──────── Recorded information
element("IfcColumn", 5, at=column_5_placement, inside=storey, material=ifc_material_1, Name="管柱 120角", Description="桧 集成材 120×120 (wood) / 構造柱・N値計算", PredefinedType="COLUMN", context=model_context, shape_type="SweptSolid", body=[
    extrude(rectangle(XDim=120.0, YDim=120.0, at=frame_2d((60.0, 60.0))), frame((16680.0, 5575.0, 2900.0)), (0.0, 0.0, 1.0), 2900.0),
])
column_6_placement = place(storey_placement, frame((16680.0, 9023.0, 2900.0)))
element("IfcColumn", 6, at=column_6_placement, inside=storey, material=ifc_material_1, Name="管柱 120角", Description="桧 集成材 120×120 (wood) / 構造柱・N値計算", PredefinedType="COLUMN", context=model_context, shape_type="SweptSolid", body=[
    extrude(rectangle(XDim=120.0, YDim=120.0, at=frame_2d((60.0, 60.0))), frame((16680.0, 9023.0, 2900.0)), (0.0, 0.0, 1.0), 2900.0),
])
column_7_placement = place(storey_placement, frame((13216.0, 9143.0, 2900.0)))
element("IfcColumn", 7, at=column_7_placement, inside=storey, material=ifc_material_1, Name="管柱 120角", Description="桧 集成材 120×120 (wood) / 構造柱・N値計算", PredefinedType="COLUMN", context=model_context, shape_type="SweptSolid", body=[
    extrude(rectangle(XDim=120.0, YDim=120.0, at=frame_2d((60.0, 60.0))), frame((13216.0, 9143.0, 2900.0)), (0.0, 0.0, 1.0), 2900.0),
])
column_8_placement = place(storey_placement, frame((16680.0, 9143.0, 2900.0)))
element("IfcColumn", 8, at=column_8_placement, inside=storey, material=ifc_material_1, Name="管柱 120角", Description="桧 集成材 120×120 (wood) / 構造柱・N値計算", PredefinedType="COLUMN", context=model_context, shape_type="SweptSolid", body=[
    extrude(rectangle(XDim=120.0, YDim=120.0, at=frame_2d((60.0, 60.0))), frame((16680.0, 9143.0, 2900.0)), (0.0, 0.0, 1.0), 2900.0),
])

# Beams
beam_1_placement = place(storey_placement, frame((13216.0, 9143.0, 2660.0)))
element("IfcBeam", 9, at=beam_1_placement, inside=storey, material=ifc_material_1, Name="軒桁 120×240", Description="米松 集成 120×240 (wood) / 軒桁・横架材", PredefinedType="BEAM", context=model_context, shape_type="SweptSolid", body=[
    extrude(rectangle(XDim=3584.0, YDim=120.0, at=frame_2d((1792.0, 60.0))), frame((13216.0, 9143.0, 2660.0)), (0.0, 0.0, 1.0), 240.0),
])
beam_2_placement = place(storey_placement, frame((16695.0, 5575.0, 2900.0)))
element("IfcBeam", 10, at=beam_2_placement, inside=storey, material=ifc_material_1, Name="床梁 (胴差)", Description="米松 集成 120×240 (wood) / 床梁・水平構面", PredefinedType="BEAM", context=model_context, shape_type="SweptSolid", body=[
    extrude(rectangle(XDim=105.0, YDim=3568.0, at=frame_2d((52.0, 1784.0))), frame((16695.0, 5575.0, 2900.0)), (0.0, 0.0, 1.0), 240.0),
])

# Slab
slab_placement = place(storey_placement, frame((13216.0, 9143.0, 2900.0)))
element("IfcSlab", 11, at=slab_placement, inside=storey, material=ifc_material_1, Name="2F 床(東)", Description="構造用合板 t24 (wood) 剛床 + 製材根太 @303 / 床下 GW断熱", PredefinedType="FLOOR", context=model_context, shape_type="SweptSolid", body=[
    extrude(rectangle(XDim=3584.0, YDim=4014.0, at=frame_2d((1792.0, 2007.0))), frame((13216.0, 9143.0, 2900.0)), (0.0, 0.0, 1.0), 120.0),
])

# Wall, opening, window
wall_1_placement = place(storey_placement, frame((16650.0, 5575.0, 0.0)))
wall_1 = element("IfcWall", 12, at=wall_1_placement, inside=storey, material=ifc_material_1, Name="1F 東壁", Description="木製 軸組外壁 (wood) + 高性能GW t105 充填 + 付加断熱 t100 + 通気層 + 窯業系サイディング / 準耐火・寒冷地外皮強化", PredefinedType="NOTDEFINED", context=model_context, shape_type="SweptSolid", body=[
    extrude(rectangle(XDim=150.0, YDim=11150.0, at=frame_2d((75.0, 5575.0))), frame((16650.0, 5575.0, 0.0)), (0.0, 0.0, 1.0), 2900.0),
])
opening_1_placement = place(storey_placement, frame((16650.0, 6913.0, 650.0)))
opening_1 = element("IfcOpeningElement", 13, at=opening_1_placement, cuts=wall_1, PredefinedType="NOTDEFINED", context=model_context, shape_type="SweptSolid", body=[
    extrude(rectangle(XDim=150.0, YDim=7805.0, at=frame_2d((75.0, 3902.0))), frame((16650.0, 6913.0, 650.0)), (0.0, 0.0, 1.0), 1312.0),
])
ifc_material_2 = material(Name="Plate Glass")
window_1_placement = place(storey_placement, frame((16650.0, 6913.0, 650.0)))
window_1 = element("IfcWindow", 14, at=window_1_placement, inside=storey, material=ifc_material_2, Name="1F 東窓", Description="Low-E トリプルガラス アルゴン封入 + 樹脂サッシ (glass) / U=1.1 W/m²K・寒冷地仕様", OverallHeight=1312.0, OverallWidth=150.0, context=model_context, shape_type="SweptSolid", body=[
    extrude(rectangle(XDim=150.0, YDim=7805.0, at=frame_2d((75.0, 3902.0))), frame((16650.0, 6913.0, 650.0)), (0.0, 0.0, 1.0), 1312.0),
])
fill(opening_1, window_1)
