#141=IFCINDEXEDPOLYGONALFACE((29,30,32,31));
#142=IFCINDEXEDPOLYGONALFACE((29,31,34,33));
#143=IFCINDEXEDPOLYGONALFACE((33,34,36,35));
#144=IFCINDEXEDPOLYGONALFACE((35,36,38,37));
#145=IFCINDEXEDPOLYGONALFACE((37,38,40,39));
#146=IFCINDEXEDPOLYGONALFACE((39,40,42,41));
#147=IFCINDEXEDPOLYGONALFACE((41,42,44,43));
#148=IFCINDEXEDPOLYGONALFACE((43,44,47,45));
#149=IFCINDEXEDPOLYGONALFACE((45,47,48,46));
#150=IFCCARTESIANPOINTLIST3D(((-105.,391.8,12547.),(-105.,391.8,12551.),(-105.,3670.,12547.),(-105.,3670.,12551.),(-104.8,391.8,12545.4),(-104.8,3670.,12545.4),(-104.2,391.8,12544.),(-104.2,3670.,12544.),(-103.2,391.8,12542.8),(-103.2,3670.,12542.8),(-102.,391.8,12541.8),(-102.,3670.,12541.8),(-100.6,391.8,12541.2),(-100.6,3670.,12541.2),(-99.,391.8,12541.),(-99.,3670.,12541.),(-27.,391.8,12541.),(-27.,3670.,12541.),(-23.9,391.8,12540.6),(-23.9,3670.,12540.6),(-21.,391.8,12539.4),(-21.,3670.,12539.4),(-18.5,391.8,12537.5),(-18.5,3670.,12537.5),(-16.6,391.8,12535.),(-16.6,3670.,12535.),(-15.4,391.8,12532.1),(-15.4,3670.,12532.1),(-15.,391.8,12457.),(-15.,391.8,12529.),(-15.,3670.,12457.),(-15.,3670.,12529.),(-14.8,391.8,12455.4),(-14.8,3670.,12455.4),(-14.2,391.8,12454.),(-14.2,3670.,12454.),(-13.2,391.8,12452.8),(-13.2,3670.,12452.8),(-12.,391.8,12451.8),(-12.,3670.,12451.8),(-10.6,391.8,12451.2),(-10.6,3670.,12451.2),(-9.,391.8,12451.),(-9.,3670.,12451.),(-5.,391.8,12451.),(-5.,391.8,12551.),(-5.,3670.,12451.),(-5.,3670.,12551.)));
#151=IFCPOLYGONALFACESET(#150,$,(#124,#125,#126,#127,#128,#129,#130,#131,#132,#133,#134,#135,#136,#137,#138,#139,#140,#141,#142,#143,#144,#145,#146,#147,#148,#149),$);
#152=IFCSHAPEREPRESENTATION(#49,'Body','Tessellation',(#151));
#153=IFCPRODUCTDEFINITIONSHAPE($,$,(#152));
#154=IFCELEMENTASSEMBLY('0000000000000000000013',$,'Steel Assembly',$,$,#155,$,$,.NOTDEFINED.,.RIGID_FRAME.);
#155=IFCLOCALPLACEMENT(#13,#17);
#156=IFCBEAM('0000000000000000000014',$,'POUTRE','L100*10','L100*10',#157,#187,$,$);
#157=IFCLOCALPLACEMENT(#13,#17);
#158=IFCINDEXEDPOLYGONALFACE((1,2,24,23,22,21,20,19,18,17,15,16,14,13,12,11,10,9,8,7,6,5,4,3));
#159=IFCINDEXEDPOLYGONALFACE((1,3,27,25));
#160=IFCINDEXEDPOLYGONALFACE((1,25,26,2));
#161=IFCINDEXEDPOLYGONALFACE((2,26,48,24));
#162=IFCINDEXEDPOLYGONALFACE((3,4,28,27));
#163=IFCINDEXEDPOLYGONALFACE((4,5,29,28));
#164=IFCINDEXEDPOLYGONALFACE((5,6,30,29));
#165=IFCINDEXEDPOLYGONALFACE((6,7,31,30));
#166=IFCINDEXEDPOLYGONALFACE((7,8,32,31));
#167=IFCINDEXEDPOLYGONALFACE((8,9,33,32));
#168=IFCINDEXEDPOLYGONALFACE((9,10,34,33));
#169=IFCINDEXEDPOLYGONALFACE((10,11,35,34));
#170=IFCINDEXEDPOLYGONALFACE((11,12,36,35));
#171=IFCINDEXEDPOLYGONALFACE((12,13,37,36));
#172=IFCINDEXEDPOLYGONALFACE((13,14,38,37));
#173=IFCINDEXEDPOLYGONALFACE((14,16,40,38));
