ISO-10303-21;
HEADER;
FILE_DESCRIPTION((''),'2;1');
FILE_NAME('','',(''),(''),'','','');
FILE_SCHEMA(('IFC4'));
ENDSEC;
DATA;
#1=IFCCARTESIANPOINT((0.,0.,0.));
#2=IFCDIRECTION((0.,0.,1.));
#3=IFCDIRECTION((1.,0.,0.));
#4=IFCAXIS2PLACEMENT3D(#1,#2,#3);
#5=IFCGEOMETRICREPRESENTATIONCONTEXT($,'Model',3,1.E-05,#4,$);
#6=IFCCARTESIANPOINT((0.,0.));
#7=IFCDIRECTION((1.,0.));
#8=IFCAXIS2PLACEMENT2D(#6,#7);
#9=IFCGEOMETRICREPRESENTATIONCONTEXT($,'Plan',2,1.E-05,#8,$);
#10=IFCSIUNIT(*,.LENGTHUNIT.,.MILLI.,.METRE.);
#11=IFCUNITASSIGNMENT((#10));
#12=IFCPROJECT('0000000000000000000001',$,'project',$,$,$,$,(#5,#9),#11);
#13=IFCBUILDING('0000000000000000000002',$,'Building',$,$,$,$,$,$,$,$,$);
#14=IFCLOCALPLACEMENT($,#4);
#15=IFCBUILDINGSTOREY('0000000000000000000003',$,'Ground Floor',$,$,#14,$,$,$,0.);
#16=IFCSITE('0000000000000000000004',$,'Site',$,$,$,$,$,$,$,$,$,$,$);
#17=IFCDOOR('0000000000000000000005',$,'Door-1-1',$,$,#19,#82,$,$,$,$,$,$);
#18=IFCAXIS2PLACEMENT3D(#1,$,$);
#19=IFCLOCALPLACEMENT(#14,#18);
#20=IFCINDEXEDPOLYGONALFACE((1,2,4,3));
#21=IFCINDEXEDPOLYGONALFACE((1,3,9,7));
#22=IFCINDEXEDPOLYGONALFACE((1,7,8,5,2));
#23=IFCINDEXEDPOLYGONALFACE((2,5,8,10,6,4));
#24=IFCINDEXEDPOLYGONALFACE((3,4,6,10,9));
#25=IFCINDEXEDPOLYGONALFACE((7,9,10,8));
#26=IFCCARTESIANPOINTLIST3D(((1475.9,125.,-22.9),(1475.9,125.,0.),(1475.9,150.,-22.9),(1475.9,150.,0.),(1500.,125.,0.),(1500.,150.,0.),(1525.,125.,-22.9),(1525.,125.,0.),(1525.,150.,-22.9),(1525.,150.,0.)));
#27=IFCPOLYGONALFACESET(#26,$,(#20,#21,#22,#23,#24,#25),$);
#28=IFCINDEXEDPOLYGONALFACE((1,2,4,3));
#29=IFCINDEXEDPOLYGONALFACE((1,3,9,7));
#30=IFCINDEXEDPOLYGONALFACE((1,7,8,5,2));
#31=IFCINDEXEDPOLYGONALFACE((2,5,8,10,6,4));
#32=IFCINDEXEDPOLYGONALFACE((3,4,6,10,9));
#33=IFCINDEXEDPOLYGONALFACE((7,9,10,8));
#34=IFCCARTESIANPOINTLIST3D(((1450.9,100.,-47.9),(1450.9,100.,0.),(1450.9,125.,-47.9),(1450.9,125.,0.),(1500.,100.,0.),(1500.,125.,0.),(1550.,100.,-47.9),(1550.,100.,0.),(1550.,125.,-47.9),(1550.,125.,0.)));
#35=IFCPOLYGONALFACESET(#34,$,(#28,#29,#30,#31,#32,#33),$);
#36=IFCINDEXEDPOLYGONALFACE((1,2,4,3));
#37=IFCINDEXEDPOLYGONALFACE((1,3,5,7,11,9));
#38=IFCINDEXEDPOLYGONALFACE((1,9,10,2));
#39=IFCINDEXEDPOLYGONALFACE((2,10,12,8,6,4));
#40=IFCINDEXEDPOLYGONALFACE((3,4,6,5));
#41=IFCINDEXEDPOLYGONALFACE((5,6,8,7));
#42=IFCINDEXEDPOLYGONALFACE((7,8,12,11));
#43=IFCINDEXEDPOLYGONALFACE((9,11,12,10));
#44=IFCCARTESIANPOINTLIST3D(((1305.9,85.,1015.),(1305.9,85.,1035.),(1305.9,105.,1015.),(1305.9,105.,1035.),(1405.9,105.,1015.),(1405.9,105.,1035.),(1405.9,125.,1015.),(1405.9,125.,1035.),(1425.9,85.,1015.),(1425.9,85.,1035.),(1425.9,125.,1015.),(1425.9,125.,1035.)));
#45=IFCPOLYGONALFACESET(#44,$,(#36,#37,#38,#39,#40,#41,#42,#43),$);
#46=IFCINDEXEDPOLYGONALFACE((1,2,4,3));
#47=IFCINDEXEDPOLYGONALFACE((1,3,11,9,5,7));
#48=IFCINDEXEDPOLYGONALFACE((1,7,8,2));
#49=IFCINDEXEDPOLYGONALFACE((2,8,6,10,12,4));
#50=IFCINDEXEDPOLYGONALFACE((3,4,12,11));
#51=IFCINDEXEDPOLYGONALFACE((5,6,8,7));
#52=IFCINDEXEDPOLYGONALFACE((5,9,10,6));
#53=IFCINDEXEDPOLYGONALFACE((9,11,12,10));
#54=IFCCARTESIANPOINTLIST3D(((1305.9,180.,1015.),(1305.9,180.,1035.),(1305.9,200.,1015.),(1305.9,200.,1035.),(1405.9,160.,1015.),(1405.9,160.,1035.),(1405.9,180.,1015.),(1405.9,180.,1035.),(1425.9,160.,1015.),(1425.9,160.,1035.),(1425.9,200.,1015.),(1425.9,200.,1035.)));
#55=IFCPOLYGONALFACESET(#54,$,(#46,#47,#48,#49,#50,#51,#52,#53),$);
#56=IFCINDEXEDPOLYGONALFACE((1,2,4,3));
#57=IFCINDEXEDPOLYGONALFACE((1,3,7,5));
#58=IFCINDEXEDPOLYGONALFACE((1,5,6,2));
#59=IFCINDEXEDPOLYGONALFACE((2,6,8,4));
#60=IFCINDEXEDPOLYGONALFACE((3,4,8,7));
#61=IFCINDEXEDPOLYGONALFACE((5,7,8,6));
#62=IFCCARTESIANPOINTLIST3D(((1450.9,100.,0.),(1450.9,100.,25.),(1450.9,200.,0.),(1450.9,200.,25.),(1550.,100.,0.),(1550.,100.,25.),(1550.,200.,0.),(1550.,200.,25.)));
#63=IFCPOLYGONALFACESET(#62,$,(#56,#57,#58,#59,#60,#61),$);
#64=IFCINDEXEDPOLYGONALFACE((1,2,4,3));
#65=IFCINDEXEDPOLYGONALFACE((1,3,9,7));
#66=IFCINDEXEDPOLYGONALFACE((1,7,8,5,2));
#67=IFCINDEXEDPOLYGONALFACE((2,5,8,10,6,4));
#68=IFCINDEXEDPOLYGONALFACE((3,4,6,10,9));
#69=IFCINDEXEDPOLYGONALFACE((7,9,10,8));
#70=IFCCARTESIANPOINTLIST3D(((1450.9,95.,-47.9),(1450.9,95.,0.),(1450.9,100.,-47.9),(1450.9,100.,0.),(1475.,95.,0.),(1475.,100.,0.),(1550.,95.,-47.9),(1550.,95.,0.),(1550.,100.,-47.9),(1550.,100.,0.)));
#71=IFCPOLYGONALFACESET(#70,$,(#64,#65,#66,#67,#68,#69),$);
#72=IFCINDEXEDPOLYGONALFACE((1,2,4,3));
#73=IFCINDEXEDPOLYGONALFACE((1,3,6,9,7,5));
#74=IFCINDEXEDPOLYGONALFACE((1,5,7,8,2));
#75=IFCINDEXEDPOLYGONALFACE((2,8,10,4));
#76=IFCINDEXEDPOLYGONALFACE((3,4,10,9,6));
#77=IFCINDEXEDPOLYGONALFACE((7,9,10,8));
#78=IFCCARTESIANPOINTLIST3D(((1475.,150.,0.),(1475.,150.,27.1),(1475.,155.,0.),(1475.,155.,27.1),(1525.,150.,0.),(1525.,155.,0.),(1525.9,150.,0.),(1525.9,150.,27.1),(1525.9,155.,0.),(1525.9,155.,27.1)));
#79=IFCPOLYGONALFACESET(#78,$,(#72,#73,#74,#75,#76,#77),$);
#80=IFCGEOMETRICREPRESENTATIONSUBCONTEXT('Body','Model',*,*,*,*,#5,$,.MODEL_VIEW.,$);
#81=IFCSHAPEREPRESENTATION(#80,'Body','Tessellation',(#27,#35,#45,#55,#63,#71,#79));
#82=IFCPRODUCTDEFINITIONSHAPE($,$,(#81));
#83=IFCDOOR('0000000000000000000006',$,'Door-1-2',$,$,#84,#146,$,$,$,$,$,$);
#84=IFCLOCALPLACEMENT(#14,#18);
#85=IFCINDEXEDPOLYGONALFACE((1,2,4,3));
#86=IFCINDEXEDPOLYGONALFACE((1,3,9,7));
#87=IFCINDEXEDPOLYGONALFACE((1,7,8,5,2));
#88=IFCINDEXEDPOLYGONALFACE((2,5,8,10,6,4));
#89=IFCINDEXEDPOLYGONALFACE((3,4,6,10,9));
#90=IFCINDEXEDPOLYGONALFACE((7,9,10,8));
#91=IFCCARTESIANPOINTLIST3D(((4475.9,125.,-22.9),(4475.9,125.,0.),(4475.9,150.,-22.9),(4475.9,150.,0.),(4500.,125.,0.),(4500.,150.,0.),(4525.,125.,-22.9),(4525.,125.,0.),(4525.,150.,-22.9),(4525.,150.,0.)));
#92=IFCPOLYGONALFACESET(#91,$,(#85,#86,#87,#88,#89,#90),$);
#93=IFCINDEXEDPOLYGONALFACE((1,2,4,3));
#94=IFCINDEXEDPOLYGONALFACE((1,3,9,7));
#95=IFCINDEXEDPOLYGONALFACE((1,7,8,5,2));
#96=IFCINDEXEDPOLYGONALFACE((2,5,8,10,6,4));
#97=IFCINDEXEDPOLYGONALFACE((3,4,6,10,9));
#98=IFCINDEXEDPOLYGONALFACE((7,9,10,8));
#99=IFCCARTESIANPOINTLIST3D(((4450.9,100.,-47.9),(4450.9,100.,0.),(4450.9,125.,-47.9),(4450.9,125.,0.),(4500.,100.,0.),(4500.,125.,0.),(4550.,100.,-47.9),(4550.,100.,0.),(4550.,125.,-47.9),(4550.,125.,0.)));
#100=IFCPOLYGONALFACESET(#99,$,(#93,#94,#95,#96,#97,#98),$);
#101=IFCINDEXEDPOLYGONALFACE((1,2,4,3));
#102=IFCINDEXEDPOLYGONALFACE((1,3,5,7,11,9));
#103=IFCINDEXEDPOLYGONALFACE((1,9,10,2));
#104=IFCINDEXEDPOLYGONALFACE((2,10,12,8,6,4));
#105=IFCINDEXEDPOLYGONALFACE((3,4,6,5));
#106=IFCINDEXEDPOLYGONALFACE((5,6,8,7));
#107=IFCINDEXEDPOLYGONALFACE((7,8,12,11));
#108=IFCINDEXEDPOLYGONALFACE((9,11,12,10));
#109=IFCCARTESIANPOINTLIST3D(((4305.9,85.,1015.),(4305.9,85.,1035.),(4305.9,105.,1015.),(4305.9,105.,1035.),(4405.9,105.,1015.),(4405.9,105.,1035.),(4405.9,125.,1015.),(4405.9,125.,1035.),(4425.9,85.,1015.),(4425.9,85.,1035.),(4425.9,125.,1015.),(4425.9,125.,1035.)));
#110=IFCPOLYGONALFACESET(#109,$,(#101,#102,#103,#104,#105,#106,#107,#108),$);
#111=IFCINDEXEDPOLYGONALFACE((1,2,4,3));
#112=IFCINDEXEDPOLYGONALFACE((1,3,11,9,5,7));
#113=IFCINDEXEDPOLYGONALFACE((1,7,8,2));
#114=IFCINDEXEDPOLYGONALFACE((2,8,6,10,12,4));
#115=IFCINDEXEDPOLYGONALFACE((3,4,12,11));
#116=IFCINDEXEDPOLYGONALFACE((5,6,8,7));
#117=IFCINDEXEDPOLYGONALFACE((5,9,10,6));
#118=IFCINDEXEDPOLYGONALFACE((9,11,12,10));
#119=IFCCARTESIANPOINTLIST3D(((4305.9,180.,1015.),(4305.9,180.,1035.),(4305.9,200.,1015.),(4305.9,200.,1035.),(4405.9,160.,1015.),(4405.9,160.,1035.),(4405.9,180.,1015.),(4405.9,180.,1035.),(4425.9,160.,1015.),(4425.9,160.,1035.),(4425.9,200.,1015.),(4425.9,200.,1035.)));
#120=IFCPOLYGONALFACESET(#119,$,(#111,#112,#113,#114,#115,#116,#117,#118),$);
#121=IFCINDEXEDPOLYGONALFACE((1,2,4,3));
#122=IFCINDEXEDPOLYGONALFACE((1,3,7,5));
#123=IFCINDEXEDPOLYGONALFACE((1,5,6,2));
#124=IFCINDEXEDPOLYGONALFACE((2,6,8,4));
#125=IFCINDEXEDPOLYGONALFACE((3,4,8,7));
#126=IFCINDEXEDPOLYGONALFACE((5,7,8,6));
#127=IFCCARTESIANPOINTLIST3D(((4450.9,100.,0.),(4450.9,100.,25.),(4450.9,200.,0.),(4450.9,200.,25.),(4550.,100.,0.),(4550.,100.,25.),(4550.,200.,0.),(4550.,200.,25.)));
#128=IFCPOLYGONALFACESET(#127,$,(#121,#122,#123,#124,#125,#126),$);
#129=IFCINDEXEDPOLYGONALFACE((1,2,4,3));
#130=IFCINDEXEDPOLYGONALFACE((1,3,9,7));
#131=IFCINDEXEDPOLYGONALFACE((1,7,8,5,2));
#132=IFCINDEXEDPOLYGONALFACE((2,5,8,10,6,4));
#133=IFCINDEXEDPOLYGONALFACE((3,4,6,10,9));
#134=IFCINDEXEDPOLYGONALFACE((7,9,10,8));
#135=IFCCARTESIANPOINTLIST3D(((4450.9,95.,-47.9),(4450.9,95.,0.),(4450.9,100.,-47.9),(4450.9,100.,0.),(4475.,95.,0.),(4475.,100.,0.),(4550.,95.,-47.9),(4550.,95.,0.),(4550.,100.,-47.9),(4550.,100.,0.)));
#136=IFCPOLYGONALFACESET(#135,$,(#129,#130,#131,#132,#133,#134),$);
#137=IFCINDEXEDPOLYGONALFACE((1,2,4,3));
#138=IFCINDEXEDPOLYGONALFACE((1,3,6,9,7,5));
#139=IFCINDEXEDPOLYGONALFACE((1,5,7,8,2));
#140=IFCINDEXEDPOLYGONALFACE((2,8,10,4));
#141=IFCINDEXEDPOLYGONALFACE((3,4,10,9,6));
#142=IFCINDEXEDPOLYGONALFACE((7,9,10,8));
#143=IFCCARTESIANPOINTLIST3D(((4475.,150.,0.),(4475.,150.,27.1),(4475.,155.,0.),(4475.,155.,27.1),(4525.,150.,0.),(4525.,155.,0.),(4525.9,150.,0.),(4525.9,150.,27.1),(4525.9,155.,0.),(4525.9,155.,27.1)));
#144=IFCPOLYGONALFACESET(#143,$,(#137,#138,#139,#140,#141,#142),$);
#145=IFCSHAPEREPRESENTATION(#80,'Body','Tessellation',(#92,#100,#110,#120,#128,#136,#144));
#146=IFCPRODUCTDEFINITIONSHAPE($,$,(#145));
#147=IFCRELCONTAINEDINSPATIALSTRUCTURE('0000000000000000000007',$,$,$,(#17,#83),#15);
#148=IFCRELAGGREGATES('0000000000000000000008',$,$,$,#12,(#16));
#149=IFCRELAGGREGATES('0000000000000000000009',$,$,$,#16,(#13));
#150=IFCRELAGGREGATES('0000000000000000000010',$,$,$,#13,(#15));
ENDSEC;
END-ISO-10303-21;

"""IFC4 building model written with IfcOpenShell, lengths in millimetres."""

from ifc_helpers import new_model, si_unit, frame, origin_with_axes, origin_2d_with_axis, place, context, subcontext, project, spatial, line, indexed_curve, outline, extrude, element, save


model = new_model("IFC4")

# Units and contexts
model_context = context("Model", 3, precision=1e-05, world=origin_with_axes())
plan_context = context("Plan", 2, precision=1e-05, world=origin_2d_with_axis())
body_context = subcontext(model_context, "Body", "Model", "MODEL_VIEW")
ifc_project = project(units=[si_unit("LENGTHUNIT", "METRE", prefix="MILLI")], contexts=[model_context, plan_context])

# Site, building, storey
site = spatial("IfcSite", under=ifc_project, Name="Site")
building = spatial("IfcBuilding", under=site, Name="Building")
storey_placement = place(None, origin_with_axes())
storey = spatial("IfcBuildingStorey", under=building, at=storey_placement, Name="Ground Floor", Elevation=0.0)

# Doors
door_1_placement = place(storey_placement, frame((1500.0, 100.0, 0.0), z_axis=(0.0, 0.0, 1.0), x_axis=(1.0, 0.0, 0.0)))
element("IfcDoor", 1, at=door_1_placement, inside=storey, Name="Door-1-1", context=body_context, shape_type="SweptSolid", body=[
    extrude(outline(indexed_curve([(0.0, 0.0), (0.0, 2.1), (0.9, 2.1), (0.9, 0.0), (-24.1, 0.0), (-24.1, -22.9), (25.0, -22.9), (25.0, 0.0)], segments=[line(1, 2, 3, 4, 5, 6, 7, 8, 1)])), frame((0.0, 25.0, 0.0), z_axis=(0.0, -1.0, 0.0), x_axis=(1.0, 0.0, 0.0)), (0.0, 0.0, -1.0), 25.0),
────────────────
What is needed — Beginning with the line above that contains "#148=IFCINDEXEDPOLYGONALFACE((43,44,47,45));", copy each line exactly up to and including the line that contains "#149=IFCINDEXEDPOLYGONALFACE((45,47,48,46));", and go no further.

Output below —
#148=IFCINDEXEDPOLYGONALFACE((43,44,47,45));
#149=IFCINDEXEDPOLYGONALFACE((45,47,48,46));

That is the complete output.